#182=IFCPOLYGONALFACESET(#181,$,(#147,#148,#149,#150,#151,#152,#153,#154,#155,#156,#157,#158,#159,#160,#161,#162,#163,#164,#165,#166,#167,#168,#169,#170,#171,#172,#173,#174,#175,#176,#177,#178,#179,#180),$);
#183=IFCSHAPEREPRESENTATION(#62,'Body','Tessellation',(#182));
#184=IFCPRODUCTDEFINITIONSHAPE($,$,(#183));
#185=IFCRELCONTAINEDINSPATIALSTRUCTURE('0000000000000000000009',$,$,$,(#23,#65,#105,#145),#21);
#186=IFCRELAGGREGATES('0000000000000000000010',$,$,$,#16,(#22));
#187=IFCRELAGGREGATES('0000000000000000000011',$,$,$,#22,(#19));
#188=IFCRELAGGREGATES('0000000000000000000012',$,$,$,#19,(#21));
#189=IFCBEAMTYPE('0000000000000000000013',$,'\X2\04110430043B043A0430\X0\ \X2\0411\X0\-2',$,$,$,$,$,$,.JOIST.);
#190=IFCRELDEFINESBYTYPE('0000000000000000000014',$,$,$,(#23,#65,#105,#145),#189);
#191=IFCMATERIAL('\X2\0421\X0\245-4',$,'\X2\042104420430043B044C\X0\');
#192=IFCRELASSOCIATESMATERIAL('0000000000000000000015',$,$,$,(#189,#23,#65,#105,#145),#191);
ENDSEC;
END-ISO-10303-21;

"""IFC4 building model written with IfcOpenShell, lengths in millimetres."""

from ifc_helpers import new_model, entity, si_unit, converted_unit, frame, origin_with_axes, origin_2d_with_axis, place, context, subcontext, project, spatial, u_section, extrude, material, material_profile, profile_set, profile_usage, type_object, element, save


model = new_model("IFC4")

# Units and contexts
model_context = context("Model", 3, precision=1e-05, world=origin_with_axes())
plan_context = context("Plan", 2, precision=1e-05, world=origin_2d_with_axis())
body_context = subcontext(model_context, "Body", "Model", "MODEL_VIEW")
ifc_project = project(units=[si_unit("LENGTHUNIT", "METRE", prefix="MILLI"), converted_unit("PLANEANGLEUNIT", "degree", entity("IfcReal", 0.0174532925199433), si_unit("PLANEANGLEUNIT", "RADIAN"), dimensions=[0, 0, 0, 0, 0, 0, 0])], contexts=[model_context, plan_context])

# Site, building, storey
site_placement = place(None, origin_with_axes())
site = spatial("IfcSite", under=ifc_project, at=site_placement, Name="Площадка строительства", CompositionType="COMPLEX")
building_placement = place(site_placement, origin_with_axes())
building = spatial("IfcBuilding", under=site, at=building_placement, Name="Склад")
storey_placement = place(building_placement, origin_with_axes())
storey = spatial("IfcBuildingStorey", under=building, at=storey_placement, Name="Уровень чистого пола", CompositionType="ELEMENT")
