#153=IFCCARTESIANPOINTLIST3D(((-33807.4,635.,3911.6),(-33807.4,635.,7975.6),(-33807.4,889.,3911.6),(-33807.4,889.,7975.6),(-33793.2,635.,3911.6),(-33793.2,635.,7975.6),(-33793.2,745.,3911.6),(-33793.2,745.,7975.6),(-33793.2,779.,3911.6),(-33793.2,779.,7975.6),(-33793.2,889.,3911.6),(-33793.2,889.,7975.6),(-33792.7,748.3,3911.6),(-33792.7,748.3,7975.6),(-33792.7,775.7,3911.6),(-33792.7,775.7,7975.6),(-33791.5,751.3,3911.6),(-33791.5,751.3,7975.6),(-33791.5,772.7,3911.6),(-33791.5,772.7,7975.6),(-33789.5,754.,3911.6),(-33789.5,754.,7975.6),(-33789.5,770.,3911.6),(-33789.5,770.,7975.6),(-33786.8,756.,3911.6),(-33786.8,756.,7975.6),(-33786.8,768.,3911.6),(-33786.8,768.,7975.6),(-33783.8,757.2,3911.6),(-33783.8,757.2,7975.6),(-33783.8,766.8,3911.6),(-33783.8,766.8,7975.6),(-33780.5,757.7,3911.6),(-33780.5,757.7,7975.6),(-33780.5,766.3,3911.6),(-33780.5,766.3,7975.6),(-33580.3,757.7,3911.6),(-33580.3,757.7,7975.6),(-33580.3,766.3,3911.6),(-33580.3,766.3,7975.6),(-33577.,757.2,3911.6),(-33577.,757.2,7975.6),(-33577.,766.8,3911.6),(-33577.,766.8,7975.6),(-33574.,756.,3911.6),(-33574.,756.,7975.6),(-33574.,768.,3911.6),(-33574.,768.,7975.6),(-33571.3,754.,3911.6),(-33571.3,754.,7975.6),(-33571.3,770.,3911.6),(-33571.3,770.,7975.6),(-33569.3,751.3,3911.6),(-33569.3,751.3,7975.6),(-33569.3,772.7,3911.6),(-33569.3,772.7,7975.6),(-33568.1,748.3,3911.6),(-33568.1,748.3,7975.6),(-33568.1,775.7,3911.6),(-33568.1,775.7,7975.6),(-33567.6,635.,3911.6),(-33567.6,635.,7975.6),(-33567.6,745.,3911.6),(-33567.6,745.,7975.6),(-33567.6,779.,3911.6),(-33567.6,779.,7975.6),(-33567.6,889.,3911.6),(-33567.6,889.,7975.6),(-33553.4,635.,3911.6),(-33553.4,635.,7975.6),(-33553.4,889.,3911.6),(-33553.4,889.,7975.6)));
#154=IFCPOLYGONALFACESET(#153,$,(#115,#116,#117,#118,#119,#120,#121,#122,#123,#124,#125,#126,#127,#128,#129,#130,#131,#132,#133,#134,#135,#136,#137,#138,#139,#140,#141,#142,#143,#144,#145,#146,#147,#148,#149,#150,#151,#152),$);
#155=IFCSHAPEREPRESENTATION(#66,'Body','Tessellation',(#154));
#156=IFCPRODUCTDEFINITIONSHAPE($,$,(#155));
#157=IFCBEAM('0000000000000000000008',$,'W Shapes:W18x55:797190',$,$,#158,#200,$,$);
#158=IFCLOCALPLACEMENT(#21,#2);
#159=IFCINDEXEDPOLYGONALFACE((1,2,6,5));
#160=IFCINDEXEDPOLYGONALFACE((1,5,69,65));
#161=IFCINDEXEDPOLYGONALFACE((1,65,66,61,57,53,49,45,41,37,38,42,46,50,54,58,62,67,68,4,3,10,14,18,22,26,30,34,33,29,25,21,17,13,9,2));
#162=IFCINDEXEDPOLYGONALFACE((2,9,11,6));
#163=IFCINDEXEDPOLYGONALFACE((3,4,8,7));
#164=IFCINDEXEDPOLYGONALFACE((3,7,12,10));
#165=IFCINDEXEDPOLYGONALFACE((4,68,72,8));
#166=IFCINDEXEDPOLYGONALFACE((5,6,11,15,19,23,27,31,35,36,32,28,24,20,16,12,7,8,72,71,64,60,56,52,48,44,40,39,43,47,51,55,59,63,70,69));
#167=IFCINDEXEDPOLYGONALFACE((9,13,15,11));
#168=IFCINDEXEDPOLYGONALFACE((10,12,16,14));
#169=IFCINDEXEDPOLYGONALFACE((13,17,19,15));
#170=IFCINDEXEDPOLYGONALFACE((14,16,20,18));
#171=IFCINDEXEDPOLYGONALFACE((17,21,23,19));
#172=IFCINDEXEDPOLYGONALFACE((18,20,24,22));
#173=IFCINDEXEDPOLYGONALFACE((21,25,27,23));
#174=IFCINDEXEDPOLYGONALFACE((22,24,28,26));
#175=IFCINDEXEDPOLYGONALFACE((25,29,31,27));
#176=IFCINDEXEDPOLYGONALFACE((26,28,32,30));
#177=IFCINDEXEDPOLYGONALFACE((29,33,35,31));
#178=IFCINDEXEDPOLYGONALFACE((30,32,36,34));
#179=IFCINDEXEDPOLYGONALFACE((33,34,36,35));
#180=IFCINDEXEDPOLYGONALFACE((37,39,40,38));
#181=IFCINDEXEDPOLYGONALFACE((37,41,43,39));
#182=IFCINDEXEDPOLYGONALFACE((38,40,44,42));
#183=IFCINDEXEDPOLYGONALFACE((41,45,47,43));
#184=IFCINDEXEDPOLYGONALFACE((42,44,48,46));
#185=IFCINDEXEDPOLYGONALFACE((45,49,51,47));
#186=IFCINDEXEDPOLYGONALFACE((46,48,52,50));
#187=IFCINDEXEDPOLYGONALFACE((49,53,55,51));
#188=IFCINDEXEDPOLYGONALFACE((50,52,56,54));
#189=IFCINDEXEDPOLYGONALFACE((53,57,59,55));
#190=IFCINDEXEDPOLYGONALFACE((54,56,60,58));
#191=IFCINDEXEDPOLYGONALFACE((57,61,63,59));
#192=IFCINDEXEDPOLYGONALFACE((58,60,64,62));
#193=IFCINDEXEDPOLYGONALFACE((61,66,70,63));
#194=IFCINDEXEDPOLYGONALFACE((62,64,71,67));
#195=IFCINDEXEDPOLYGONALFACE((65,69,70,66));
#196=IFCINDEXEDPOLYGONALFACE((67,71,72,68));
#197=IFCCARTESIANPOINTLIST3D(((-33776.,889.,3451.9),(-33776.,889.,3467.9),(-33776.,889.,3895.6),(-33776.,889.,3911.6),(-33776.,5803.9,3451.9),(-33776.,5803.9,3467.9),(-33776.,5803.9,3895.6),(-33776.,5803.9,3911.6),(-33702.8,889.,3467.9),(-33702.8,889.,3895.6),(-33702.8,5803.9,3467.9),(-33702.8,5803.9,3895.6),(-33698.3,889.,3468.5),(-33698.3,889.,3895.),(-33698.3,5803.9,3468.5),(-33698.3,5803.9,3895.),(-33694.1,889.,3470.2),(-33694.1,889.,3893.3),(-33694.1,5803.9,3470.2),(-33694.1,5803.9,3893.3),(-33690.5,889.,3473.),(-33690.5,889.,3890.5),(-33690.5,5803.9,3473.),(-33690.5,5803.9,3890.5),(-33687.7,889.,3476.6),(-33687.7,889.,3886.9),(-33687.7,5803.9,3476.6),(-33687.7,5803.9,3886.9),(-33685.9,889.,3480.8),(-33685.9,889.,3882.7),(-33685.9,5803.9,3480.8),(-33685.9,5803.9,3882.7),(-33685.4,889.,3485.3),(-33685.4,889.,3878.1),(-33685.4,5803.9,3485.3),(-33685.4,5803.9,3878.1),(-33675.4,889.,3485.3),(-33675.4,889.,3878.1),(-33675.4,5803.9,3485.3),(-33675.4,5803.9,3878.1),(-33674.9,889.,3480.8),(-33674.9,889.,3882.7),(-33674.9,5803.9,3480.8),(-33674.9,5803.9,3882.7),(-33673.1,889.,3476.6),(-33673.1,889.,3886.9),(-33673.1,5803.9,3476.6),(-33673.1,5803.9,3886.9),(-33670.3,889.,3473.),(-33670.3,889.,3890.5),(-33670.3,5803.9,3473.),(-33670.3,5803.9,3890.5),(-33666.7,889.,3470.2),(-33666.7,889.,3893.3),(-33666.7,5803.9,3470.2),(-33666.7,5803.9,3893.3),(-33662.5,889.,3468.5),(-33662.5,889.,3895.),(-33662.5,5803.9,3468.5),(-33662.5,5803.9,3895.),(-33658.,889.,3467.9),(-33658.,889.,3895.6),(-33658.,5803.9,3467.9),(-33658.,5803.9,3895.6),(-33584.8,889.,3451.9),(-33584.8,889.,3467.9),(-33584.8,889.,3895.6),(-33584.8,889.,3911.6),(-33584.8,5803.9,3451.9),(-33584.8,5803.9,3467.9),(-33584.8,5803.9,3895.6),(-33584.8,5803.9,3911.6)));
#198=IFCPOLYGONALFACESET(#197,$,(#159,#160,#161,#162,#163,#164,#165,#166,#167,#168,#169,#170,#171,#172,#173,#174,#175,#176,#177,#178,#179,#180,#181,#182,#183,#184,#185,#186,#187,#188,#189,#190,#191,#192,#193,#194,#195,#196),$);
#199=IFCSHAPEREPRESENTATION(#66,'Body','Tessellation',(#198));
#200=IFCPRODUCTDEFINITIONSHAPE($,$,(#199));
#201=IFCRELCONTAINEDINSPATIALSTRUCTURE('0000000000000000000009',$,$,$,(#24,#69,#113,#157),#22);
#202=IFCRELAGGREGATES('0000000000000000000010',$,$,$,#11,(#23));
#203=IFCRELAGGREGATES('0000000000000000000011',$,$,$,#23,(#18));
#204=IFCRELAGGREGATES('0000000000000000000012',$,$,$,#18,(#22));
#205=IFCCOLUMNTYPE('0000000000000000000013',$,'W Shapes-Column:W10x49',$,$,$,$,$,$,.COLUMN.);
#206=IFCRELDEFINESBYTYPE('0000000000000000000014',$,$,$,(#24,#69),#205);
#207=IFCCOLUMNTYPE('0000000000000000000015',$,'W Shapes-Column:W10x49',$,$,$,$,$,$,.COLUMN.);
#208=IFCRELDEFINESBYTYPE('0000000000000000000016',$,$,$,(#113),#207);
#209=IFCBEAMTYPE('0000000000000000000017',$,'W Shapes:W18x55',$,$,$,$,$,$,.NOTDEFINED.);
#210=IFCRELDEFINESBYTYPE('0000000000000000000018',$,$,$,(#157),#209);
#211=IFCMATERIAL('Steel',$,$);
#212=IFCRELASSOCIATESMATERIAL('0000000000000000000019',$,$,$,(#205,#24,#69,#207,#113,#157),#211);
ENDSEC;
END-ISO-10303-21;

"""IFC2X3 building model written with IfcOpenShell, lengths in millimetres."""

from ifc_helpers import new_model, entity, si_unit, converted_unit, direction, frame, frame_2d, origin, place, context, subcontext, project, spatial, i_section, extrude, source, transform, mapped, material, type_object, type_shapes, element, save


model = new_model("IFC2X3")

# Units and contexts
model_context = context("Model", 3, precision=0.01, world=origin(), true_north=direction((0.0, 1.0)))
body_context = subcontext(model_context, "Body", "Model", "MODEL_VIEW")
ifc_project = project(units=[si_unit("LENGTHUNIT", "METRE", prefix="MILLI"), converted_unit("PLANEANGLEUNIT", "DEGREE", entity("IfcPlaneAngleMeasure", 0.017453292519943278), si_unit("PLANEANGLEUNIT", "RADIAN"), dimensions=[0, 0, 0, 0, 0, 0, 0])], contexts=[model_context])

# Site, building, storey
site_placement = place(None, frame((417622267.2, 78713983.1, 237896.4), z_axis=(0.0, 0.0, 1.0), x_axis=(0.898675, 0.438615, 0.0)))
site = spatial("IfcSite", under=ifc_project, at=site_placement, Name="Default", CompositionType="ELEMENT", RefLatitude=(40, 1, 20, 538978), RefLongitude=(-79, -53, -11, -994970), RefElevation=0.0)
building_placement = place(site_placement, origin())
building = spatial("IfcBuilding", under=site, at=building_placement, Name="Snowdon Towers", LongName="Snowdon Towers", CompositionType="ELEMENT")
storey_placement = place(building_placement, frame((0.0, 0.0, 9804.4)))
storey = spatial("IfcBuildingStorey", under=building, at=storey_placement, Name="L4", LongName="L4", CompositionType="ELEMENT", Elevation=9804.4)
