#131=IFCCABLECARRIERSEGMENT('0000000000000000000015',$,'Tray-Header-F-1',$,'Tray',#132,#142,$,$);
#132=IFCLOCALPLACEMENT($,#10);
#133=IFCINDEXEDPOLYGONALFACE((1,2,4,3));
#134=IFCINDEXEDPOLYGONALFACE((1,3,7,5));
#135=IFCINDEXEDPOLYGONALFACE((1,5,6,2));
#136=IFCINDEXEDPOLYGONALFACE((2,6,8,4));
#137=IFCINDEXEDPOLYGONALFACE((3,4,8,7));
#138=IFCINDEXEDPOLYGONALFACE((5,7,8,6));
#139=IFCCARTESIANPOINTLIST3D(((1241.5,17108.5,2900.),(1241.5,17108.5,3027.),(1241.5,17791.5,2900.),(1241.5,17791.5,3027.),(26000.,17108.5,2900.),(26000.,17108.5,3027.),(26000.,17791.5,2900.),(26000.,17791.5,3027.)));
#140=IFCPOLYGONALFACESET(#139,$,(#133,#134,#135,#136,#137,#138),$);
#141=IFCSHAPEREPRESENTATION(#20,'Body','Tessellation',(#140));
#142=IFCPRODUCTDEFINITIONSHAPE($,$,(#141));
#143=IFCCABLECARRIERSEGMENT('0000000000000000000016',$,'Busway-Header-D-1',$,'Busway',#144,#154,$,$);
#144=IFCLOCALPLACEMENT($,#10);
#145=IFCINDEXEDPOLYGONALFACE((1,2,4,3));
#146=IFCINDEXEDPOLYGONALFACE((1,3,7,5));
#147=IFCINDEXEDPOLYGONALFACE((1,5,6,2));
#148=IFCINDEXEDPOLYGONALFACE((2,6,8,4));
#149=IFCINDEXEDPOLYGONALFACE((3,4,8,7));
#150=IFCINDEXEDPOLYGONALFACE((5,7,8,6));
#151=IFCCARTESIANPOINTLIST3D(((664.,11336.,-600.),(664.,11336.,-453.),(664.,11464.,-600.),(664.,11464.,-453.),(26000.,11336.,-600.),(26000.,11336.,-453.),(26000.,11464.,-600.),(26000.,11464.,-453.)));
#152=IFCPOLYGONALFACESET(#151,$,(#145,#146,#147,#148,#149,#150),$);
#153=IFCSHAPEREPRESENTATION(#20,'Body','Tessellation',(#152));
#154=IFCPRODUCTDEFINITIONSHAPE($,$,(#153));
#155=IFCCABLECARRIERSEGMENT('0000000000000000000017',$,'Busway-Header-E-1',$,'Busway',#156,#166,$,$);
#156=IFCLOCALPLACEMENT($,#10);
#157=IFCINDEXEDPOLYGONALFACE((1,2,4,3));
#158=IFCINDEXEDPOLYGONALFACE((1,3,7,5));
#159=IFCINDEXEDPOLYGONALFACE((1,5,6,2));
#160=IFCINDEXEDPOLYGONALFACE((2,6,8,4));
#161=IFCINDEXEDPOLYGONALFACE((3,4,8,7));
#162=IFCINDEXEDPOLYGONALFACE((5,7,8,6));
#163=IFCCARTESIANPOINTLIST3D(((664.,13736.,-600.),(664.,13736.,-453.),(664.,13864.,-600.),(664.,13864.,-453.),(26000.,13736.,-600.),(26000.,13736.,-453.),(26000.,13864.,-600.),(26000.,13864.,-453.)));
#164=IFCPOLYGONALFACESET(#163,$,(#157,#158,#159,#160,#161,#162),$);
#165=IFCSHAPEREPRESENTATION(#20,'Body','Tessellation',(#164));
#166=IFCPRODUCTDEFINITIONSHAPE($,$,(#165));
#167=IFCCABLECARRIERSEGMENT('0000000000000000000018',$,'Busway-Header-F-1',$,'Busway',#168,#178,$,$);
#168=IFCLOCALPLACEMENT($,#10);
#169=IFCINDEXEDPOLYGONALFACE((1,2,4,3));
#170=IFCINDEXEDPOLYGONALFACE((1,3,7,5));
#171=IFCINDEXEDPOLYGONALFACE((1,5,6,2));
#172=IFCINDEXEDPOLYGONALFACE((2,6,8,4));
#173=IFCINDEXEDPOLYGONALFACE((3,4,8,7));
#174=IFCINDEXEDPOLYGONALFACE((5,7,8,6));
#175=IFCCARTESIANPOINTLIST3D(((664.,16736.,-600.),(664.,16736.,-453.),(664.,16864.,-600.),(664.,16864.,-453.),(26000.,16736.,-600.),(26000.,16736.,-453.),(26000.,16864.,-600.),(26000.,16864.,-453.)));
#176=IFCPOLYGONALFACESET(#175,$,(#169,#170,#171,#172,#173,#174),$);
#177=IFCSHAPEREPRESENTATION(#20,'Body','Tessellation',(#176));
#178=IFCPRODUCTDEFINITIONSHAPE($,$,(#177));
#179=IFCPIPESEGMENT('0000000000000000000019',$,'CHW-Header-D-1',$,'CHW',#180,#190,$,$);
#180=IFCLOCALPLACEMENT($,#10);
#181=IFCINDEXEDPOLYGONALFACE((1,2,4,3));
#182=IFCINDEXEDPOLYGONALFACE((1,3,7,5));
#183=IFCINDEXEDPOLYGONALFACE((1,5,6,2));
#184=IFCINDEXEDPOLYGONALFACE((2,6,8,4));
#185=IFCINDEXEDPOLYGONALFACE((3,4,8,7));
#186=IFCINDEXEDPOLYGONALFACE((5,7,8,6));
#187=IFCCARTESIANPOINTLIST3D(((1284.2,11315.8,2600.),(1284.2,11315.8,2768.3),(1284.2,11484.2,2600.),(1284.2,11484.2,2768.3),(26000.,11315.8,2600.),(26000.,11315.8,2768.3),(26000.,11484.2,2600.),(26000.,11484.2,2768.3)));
═══
[Your assignment]: When you reach the line holding "#183=IFCSHAPEREPRESENTATION(#62,'Body','Tessellation',(#182));" in the records above, begin reproducing exactly, stop after the line holding "#186=IFCRELAGGREGATES('0000000000000000000010',$,$,$,#16,(#22));", and output nothing else.

[Result of this exercise]:
#183=IFCSHAPEREPRESENTATION(#62,'Body','Tessellation',(#182));
#184=IFCPRODUCTDEFINITIONSHAPE($,$,(#183));
#185=IFCRELCONTAINEDINSPATIALSTRUCTURE('0000000000000000000009',$,$,$,(#23,#65,#105,#145),#21);
#186=IFCRELAGGREGATES('0000000000000000000010',$,$,$,#16,(#22));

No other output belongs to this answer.